I need each line of the entries below that includes the string "Profile".

(Beginning of Dataset excerpts)

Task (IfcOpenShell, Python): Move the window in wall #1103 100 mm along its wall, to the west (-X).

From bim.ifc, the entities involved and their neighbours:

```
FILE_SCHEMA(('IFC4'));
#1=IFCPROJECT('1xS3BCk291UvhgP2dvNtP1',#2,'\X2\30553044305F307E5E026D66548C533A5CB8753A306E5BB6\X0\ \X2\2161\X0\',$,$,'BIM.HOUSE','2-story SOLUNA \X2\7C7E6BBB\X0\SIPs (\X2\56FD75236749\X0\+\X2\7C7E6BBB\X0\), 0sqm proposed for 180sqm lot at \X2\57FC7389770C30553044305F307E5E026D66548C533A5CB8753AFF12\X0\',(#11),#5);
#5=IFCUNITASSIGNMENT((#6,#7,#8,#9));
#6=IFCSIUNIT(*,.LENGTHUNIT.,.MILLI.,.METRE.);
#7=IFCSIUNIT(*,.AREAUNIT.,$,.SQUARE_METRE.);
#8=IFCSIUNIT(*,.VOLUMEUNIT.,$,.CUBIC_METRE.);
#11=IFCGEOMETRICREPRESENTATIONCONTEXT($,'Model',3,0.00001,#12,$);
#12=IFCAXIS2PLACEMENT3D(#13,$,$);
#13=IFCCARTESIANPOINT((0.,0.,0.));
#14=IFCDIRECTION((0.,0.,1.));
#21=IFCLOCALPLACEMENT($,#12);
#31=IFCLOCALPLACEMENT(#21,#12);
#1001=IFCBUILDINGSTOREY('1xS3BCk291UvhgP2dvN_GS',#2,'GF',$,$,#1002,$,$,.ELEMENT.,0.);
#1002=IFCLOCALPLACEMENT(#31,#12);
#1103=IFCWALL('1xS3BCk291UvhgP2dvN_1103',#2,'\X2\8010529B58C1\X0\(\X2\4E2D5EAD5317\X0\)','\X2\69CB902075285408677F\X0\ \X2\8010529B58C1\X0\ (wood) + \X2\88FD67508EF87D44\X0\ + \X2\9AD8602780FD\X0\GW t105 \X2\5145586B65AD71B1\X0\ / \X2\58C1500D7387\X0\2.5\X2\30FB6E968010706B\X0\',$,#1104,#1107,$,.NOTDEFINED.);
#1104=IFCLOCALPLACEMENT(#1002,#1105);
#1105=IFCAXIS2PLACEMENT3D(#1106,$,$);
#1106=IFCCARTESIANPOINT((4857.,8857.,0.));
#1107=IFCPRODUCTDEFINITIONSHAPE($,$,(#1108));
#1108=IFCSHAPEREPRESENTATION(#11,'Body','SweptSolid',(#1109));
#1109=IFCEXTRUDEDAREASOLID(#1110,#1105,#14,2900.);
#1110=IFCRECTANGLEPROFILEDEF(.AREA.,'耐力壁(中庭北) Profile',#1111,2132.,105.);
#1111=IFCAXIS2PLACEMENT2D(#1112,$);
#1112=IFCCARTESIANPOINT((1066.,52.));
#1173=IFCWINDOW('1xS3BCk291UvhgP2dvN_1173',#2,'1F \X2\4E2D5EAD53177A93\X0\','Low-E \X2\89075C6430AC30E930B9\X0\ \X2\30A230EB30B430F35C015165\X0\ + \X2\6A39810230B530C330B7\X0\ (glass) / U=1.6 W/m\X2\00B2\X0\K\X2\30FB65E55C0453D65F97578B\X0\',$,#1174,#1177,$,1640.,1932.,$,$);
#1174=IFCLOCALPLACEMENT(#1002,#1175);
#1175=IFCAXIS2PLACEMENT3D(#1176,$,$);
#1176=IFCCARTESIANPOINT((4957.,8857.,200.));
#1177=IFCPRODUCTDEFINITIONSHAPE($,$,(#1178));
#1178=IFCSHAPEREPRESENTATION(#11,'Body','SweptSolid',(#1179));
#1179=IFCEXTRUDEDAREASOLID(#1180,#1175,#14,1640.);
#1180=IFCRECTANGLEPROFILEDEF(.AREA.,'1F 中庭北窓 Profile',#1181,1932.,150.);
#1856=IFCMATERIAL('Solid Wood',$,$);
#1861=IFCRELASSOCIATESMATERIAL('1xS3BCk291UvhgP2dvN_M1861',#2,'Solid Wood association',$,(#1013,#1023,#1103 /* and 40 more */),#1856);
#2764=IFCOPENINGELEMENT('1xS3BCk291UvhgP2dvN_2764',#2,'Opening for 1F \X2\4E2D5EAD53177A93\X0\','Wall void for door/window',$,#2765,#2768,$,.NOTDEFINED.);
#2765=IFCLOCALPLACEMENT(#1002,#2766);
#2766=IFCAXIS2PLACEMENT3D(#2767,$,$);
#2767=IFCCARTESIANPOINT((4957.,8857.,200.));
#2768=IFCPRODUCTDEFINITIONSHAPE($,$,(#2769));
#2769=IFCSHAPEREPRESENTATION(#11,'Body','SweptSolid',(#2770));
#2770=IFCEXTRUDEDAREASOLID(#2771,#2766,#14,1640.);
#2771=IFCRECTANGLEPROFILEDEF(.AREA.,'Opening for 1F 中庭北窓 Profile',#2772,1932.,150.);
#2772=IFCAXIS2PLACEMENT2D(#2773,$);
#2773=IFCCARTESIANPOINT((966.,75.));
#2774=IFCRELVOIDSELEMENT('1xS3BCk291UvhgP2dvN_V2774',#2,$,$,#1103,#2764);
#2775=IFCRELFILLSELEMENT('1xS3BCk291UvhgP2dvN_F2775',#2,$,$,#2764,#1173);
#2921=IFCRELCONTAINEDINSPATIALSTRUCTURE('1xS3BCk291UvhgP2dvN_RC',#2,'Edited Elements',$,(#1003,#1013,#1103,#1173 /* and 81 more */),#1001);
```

```python
import ifcopenshell
import ifcopenshell.api.geometry
import ifcopenshell.util.placement
import ifcopenshell.util.unit

model = ifcopenshell.open("bim.ifc")
unit_scale = ifcopenshell.util.unit.calculate_unit_scale(model)

window = model.by_guid("1xS3BCk291UvhgP2dvN_1173")
opening = window.FillsVoids[0].RelatingOpeningElement
wall = opening.VoidsElements[0].RelatingBuildingElement

wall_matrix = ifcopenshell.util.placement.get_local_placement(wall.ObjectPlacement)
shift = wall_matrix[:3, 0] * -0.1 / unit_scale
before = ifcopenshell.util.placement.get_local_placement(window.ObjectPlacement)[:3, 3].copy()

# The window is not placed relative to its opening, so move both.
for product in (opening, window):
    matrix = ifcopenshell.util.placement.get_local_placement(product.ObjectPlacement)
    matrix[:3, 3] += shift
    ifcopenshell.api.geometry.edit_object_placement(model, product=product, matrix=matrix, is_si=False)

after = ifcopenshell.util.placement.get_local_placement(window.ObjectPlacement)[:3, 3]
print("window moved by", (after - before).round(3) + 0.0)

model.write("bim_edited.ifc")
```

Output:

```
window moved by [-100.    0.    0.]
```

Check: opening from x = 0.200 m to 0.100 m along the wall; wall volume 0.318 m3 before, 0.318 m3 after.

(End of Dataset excerpts)

Task response:
#1110=IFCRECTANGLEPROFILEDEF(.AREA.,'耐力壁(中庭北) Profile',#1111,2132.,105.);
#1180=IFCRECTANGLEPROFILEDEF(.AREA.,'1F 中庭北窓 Profile',#1181,1932.,150.);
#2771=IFCRECTANGLEPROFILEDEF(.AREA.,'Opening for 1F 中庭北窓 Profile',#2772,1932.,150.);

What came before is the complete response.